## Work order
Look through the records below for the line with "#171=IFCINDEXEDPOLYGONALFACE((5,7,8,6));". Return that line and each one after it up to and including the line with "#196=IFCMATERIAL('Plate Glass',$,$);", exactly.

## Dataset records
- - - - - - -

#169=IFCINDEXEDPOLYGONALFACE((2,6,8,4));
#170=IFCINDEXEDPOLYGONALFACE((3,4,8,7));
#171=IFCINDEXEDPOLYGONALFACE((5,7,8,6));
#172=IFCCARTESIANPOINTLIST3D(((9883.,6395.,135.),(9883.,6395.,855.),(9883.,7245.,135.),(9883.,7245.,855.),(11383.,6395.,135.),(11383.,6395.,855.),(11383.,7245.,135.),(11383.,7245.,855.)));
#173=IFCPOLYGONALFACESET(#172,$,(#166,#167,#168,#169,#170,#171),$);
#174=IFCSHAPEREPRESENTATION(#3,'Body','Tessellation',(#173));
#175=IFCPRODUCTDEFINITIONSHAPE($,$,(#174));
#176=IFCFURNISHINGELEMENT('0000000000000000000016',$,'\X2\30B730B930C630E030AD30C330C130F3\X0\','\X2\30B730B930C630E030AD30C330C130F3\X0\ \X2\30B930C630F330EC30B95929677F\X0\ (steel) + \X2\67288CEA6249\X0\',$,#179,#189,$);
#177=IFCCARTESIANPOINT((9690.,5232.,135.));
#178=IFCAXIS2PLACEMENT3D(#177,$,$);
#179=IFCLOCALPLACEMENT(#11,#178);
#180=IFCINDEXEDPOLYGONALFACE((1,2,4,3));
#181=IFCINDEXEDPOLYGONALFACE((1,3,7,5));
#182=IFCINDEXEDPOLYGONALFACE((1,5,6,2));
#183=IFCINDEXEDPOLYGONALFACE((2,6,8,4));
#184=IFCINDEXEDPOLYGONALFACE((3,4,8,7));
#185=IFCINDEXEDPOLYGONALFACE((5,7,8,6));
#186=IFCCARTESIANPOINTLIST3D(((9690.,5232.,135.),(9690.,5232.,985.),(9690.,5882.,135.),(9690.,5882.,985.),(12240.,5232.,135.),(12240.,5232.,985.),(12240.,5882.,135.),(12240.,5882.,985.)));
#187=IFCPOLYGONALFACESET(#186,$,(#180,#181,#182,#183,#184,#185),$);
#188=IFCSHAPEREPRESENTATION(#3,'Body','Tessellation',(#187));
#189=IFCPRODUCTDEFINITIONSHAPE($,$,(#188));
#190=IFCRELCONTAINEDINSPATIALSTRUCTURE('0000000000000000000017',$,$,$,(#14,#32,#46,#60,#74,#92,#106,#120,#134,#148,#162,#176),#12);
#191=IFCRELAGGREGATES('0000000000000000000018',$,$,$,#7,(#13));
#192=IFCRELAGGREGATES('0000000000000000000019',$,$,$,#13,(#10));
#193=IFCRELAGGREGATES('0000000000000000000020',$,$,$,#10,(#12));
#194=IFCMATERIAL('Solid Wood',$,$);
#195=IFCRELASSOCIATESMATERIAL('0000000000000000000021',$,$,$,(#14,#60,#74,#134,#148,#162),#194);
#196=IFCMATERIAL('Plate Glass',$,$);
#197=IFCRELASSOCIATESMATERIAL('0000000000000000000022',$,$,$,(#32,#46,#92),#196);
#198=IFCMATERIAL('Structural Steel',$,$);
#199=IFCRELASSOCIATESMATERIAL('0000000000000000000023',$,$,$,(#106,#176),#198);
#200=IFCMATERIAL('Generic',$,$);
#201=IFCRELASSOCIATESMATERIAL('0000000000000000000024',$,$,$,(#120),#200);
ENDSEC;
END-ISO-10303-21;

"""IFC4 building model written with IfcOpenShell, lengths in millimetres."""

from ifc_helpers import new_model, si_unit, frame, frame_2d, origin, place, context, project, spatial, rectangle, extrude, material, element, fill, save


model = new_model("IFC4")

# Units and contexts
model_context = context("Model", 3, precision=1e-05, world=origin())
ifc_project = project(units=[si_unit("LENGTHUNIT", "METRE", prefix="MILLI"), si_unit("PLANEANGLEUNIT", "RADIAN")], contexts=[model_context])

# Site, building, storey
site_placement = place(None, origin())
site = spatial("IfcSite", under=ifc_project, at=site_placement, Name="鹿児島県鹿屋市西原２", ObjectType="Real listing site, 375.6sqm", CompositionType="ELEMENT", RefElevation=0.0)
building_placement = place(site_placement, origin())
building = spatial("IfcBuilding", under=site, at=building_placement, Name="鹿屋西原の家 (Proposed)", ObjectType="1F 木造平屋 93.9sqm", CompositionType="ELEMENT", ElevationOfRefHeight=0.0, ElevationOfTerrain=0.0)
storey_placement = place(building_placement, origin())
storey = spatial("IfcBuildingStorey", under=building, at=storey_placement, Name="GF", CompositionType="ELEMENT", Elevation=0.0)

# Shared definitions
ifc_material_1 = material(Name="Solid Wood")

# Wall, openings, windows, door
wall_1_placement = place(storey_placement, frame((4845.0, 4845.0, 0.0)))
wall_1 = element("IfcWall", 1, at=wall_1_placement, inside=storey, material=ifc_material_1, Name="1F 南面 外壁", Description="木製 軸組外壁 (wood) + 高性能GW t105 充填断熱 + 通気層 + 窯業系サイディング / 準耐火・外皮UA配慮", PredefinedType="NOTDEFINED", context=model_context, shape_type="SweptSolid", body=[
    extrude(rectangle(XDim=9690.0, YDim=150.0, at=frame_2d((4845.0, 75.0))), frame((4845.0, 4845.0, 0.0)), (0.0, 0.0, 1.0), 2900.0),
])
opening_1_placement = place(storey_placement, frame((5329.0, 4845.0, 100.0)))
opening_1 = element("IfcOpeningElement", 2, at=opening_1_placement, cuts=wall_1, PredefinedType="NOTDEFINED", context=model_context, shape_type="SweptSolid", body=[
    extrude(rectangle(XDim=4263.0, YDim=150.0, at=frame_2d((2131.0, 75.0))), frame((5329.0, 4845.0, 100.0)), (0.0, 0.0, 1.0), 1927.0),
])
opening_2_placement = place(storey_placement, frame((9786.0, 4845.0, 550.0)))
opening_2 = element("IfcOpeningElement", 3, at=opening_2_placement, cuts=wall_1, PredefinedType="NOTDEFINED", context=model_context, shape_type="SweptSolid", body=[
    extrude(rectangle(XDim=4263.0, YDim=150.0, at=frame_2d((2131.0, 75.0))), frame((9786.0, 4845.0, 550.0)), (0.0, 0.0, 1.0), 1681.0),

- - - - - - -

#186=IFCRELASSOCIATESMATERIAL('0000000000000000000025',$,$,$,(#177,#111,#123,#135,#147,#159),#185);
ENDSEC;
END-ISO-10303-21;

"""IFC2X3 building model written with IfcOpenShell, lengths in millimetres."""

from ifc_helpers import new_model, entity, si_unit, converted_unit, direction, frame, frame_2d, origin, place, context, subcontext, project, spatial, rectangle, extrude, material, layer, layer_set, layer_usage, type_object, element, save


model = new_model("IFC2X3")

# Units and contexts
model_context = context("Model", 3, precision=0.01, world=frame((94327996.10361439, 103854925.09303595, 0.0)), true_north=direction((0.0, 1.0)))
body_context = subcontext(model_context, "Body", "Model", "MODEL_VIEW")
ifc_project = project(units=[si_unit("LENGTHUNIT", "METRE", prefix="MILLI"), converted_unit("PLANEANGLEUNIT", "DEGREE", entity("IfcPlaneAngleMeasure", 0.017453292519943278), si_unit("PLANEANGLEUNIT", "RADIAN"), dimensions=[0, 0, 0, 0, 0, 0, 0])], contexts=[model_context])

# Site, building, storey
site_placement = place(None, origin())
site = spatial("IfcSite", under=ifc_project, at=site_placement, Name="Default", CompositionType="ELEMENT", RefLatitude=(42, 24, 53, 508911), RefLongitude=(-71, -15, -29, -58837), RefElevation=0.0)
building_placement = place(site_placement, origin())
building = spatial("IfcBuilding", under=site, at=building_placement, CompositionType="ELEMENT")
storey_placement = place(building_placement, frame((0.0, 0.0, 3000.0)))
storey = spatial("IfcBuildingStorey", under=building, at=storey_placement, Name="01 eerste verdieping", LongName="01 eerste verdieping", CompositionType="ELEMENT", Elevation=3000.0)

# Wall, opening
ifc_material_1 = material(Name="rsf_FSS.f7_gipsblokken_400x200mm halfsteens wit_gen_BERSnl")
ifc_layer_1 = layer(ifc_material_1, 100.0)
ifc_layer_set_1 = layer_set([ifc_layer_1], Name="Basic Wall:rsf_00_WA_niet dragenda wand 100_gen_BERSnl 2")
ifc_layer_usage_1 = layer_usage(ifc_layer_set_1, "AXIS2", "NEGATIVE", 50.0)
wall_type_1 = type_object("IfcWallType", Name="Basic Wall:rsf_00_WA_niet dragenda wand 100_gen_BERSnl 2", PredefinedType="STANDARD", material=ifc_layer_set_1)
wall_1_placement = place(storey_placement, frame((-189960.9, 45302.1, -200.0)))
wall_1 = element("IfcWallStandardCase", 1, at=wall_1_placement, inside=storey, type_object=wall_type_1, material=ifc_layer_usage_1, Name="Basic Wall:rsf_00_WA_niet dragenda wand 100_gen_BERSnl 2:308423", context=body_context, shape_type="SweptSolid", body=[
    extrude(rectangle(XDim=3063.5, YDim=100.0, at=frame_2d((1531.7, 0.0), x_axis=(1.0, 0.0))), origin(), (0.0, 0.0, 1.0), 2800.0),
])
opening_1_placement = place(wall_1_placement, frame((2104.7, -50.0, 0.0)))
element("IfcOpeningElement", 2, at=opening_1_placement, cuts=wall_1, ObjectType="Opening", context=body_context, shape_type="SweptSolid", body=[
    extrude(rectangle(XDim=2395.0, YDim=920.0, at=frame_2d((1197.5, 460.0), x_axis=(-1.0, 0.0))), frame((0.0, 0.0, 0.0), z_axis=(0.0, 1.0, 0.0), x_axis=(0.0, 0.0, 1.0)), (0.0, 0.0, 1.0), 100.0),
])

- - - - - - -

## Answer box
#171=IFCINDEXEDPOLYGONALFACE((5,7,8,6));
#172=IFCCARTESIANPOINTLIST3D(((9883.,6395.,135.),(9883.,6395.,855.),(9883.,7245.,135.),(9883.,7245.,855.),(11383.,6395.,135.),(11383.,6395.,855.),(11383.,7245.,135.),(11383.,7245.,855.)));
#173=IFCPOLYGONALFACESET(#172,$,(#166,#167,#168,#169,#170,#171),$);
#174=IFCSHAPEREPRESENTATION(#3,'Body','Tessellation',(#173));
#175=IFCPRODUCTDEFINITIONSHAPE($,$,(#174));
#176=IFCFURNISHINGELEMENT('0000000000000000000016',$,'\X2\30B730B930C630E030AD30C330C130F3\X0\','\X2\30B730B930C630E030AD30C330C130F3\X0\ \X2\30B930C630F330EC30B95929677F\X0\ (steel) + \X2\67288CEA6249\X0\',$,#179,#189,$);
#177=IFCCARTESIANPOINT((9690.,5232.,135.));
#178=IFCAXIS2PLACEMENT3D(#177,$,$);
#179=IFCLOCALPLACEMENT(#11,#178);
#180=IFCINDEXEDPOLYGONALFACE((1,2,4,3));
#181=IFCINDEXEDPOLYGONALFACE((1,3,7,5));
#182=IFCINDEXEDPOLYGONALFACE((1,5,6,2));
#183=IFCINDEXEDPOLYGONALFACE((2,6,8,4));
#184=IFCINDEXEDPOLYGONALFACE((3,4,8,7));
#185=IFCINDEXEDPOLYGONALFACE((5,7,8,6));
#186=IFCCARTESIANPOINTLIST3D(((9690.,5232.,135.),(9690.,5232.,985.),(9690.,5882.,135.),(9690.,5882.,985.),(12240.,5232.,135.),(12240.,5232.,985.),(12240.,5882.,135.),(12240.,5882.,985.)));
#187=IFCPOLYGONALFACESET(#186,$,(#180,#181,#182,#183,#184,#185),$);
#188=IFCSHAPEREPRESENTATION(#3,'Body','Tessellation',(#187));
#189=IFCPRODUCTDEFINITIONSHAPE($,$,(#188));
#190=IFCRELCONTAINEDINSPATIALSTRUCTURE('0000000000000000000017',$,$,$,(#14,#32,#46,#60,#74,#92,#106,#120,#134,#148,#162,#176),#12);
#191=IFCRELAGGREGATES('0000000000000000000018',$,$,$,#7,(#13));
#192=IFCRELAGGREGATES('0000000000000000000019',$,$,$,#13,(#10));
#193=IFCRELAGGREGATES('0000000000000000000020',$,$,$,#10,(#12));
#194=IFCMATERIAL('Solid Wood',$,$);
#195=IFCRELASSOCIATESMATERIAL('0000000000000000000021',$,$,$,(#14,#60,#74,#134,#148,#162),#194);
#196=IFCMATERIAL('Plate Glass',$,$);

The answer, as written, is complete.